Seth Greenland, the LA-based author, whose fifth book, “The Hazards of Good Fortune” hit stores August 21, only writes New York novels now.
Though he’s lived since 1997 on the Left Coast where he’s worked as a television writer for shows like “Big Love” and “Arli$$,” Greenland was born in New York City and grew up in Westchester. Like any native New Yorker, he has a lot to say about gentrification.
“It’s really changed,” Greenland said of downtown Brooklyn, where he’s staying for this leg of the book tour, “not that that’s a bad thing.”
Jay Gladstone, the real estate mogul protagonist of his newest work is hoping to alter the Brooklyn skyline. By leveling a public library, he plans to blight the borough with a skyscraper called “the Sapphire” — until his life goes into free fall.
“I wanted to write about a Jewish New York real estate family,” Greenland said. And no, not the Kushners, just recently of outsized relevance. The Dursts, Zeckendorfs, LeFraks and Tisches. Greenland began working on the book around seven years ago with these dynasties in mind when a scandal changed the novel’s course. In 2014, Donald Sterling, then-owner of the LA Clippers, was caught on tape making racist remarks to his mistress.
“I thought ‘what if my guy owns an NBA team?’ A lot of these real estate guys, Steve Tisch for example, the Tisch family owns the Giants,” Greenland said. “I thought put my guy in the world of professional sports. There are a lot of black people in professional sports. I can create a very compelling racial dynamic with this guy.”
The racial dynamics for Jay Gladstone, a middle-aged white owner of a mostly-black team form the crux of the novel, which is set during the days leading up to Obama’s reelection. Greenland proves to be a maestro of channeling different — and not so different — ideologies in the voices of his characters. Without editorializing, he presents a broad and funnily foibled political spectrum that reads differently depending on your own views.
Gladstone’s semi-archaic attitudes are presented in the book’s first pages when he encounters three black teens, one of whom calls him “Jewstone,” at Sanitary Solutions Arena, his team’s home court in New Jersey. In an internal monologue, Gladstone objects to the teens’ flip use of the N-word, but appears more distressed that as a white man, he can no longer voice this opinion. Of course, as a well-meaning liberal, Gladstone also self-flagellates for being startled by the teenagers to begin with.

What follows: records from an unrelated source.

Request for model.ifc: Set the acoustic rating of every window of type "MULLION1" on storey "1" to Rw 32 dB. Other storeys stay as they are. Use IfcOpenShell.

First a look at what the model holds.

```python
import ifcopenshell
import ifcopenshell.util.element

model = ifcopenshell.open("model.ifc")
print(model.schema)
storey = next(s for s in model.by_type("IfcBuildingStorey") if s.Name == "1")
windows = [e for e in ifcopenshell.util.element.get_decomposition(storey) if e.is_a("IfcWindow")]
seen = {}
for e in windows:
    element_type = ifcopenshell.util.element.get_type(e)
    key = (element_type.Name if element_type != e and element_type else None, ifcopenshell.util.element.get_pset(e, "Pset_WindowCommon", "AcousticRating"))
    seen[key] = seen.get(key, 0) + 1
for (name, value), count in sorted(seen.items(), key=str):
    print(count, "x", name, "|", value)
```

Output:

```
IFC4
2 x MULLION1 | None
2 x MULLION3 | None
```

```python
import ifcopenshell
import ifcopenshell.api.pset
import ifcopenshell.util.element

model = ifcopenshell.open("model.ifc")

storey = next(s for s in model.by_type("IfcBuildingStorey") if s.Name == "1")
windows = [e for e in ifcopenshell.util.element.get_decomposition(storey) if e.is_a("IfcWindow")]

count = 0
for e in windows:
    element_type = ifcopenshell.util.element.get_type(e)
    if element_type in (None, e) or element_type.Name != "MULLION1":
        continue
    # add_pset returns the element's existing set when there is one.
    pset = ifcopenshell.api.pset.add_pset(model, product=e, name="Pset_WindowCommon")
    ifcopenshell.api.pset.edit_pset(model, pset=pset, properties={"AcousticRating": "Rw 32 dB"})
    count += 1

print(count, "windows updated")

model.write("model_rev.ifc")
```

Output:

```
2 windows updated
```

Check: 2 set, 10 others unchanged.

Like Macbeth’s witches, this trio presage trouble for our hero. Gladstone soon runs afoul of a vicious press, an imam and the striving Westchester County DA Christine Lupo, after an accident involving his team’s star player, D’Angelo (Dag) Maxwell, who is black. In the prelude to the mishap, Jay is caught on video making a racially-charged comment a la Sterling. Unlike Sterling some sympathy can be had for Gladstone when the full context is accounted for – I hesitate to give it away here, but let’s just say it involves love and basketball.

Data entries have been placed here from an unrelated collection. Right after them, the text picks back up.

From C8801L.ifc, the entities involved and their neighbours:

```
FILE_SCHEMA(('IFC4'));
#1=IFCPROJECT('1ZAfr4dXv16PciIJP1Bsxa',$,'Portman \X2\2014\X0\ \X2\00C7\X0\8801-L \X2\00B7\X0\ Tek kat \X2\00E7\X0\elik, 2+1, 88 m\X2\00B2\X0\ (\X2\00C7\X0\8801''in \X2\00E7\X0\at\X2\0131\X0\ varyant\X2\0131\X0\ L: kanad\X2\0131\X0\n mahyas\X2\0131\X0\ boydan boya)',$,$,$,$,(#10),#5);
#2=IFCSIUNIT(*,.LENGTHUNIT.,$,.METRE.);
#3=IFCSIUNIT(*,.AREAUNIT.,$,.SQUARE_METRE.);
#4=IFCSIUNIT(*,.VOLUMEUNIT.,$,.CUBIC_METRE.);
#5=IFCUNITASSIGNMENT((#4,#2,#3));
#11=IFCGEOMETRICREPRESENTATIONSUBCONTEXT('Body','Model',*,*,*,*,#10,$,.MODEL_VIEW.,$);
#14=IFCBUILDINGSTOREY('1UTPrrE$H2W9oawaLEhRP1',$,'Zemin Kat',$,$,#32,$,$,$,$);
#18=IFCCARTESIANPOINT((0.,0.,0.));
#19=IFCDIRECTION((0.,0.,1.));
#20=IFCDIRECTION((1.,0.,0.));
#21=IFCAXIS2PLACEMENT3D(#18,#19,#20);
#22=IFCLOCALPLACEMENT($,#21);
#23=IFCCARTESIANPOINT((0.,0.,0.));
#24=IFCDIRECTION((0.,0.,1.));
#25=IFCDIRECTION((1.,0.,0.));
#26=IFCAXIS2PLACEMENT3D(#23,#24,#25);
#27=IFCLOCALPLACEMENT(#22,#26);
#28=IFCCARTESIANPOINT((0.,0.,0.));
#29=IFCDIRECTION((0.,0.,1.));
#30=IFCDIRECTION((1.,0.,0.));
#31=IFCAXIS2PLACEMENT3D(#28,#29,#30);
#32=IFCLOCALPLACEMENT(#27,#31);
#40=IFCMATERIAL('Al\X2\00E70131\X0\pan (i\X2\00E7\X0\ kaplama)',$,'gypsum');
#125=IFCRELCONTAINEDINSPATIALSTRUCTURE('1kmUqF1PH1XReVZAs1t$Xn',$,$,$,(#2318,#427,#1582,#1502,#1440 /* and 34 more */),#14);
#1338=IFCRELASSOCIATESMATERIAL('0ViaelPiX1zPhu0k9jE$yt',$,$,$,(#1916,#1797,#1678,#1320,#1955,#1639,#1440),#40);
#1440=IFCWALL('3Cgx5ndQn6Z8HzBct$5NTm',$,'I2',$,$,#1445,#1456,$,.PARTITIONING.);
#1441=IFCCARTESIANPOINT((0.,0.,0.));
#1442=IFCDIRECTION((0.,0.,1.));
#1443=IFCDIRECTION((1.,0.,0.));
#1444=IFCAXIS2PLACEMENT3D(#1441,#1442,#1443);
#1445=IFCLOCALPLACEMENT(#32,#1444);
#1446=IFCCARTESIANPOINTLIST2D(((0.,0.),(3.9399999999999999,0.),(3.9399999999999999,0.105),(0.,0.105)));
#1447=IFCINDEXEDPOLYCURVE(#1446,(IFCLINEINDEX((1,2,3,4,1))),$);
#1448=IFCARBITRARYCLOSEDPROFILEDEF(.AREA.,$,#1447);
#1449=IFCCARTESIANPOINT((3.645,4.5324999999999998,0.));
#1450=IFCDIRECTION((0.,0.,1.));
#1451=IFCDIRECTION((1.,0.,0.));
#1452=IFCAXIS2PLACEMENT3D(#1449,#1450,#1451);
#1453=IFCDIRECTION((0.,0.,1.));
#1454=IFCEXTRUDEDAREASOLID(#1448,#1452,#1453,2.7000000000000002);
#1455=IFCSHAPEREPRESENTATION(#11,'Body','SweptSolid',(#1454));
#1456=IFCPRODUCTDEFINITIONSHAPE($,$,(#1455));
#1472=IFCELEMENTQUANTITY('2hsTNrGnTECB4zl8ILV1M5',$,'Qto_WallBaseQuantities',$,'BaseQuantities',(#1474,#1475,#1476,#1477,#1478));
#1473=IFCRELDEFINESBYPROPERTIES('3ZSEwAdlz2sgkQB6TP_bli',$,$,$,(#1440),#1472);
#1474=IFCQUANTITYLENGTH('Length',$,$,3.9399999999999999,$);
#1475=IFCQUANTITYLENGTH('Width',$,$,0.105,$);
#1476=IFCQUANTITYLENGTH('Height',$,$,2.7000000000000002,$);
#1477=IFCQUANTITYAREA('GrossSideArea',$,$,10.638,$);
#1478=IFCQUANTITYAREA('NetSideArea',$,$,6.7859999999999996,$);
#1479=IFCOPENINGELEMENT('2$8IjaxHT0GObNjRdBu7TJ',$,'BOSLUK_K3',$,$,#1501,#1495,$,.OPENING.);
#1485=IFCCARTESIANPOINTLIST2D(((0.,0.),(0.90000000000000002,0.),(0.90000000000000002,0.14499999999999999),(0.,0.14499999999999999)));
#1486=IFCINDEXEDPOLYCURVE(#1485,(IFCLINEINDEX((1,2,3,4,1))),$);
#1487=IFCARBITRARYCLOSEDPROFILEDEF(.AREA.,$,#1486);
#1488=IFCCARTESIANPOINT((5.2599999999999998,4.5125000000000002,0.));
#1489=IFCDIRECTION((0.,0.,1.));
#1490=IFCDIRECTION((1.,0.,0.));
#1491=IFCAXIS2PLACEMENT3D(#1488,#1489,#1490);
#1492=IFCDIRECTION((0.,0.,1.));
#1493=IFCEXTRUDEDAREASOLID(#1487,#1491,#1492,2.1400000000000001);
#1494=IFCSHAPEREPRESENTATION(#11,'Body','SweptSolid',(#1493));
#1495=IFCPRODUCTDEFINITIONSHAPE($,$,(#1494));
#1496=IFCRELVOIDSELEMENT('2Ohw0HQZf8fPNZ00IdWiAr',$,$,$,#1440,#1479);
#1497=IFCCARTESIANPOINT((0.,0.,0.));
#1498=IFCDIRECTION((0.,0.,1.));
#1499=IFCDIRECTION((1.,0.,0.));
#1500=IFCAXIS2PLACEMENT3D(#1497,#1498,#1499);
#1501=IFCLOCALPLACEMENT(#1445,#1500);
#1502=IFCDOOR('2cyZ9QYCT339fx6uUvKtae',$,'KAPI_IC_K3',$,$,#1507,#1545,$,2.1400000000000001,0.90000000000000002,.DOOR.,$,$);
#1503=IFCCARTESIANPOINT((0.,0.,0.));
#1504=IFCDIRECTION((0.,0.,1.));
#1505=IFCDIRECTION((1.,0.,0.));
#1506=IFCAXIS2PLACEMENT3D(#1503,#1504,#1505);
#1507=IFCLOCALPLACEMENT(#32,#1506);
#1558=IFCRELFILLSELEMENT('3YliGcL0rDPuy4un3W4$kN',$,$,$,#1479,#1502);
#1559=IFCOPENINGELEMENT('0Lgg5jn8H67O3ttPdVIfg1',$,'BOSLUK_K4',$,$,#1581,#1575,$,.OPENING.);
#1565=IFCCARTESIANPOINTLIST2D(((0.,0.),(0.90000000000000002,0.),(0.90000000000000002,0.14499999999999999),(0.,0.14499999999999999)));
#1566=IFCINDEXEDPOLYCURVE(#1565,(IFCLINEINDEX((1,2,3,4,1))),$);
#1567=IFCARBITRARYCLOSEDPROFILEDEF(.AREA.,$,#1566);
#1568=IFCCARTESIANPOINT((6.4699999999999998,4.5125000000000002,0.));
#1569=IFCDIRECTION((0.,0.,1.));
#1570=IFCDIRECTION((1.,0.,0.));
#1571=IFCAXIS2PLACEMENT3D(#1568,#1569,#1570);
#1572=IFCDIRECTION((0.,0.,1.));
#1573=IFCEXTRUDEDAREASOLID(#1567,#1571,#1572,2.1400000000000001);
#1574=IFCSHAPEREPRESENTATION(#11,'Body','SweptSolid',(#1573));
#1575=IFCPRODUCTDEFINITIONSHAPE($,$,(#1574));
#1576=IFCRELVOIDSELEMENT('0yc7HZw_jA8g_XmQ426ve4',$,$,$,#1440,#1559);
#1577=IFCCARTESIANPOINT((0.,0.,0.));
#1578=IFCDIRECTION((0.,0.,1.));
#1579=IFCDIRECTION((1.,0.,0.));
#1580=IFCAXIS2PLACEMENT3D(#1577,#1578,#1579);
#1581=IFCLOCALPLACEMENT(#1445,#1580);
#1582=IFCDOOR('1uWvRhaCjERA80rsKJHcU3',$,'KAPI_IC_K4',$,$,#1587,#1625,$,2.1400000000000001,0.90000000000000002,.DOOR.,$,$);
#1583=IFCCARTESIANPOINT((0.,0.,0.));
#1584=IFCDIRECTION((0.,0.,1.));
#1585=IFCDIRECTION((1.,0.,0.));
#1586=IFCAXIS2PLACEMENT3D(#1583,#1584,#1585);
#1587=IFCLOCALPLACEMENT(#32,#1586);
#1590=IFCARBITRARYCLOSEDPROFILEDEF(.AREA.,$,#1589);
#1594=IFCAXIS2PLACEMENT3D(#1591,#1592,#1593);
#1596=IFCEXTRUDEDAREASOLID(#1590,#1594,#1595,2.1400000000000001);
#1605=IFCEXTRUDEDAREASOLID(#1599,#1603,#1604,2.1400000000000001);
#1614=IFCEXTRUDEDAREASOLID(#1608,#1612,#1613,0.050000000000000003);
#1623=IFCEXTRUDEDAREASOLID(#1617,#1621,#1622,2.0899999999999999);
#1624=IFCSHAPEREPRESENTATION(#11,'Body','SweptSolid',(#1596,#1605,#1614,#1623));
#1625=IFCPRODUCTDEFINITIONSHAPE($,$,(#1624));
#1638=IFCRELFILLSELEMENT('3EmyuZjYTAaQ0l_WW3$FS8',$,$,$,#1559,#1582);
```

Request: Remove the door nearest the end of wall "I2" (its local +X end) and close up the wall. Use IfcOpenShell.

```python
import ifcopenshell
import ifcopenshell.api.feature
import ifcopenshell.api.pset
import ifcopenshell.api.root
import ifcopenshell.geom
import ifcopenshell.util.element
import ifcopenshell.util.shape
import ifcopenshell.util.unit

model = ifcopenshell.open("C8801L.ifc")
area_scale = ifcopenshell.util.unit.calculate_unit_scale(model, "AREAUNIT")
settings = ifcopenshell.geom.settings()


def volume(element):
    """Net volume in cubic metres, openings subtracted."""
    shape = ifcopenshell.geom.create_shape(settings, element)
    return ifcopenshell.util.shape.get_volume(shape.geometry)


door = model.by_guid("1uWvRhaCjERA80rsKJHcU3")
opening = door.FillsVoids[0].RelatingOpeningElement
wall = opening.VoidsElements[0].RelatingBuildingElement
before = volume(wall)

ifcopenshell.api.root.remove_product(model, product=door)
ifcopenshell.api.feature.remove_feature(model, feature=opening)

after = volume(wall)
thickness = 0.105  # wall thickness in metres

# Update the wall's stored quantities.
qto = model.by_id(ifcopenshell.util.element.get_pset(wall, "Qto_WallBaseQuantities", should_inherit=False)["id"])
ifcopenshell.api.pset.edit_qto(model, qto=qto, properties={"NetSideArea": after / thickness / area_scale})

print(f"wall volume {before:.3f} -> {after:.3f} m3")

model.write("C8801L_updated.ifc")
```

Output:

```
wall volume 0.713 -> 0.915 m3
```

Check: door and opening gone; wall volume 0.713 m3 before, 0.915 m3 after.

Greenland is 6’2”, though his own basketball days are behind him (he had an Achilles tendon injury in his forties), with combed back, silvering hair that coils in a loose collection at the back of his neck and a warm, radio-ready voice he made use of when he hosted the “Los Angeles Review of Books Radio Hour.” As his stint with that outfit suggests, he’s a lifelong lover of fiction – a recovering English major thrown off course by the “seduction” of film – and speaks freely about his “amalgam of influences” from Dickens to Camus, though there’s one that’s a bit of a sore subject.
Parallels to Tom Wolfe’s New York racial epic, “The Bonfire of the Vanities” and his manifesto calling for the great “social novel” are pervasive in early reviews, a comparison Greenland finds facile.
“It’s a wealthy milieu and it’s New York and there’s a car accident. But it’s very Jewish,” Greenland said. “Jay experiences his tragic circumstances not just as a man, but as a Jewish man.” Wolfe of course is among the WASPiest of 20th century writers (see: his signature white suits) and Greenland finds someone like Philip Roth to be more of a kindred spirit.
The novel’s title betrays another influence, William Dean Howells, who wrote the 19th century novel “The Hazards of New Fortunes,” about a young businessman seeking his fortune in New York City amid a swirl of labor strikes. When the “New” of the first book gives way to “Good” the narrative shifts to a group that find their good standing in society slipping away in the face of infidelity, financial crime and, in Jay’s case, the odd t-shirt projectile to the face.
Greenland doesn’t miss the grind of the TV writer’s room much, as it was always his ambition to be a novelist. Still, it doesn’t hurt to have a friend like Larry David, an early New York City collaborator of his, blurb your book.
“I had an ‘a-ha’ moment when I realized the best part of my Hollywood career was my health insurance. Which is great, and I’m not knocking it. I mean, God bless the Writer’s Guild, but in terms of creative fulfillment it was not ultimately what I was looking for,” Greenland said. “I wanted to write about Jews, I wanted to write about race, I wanted to write about basketball—I wanted to write about Jews and race and basketball. I wanted to write about the whole stew.”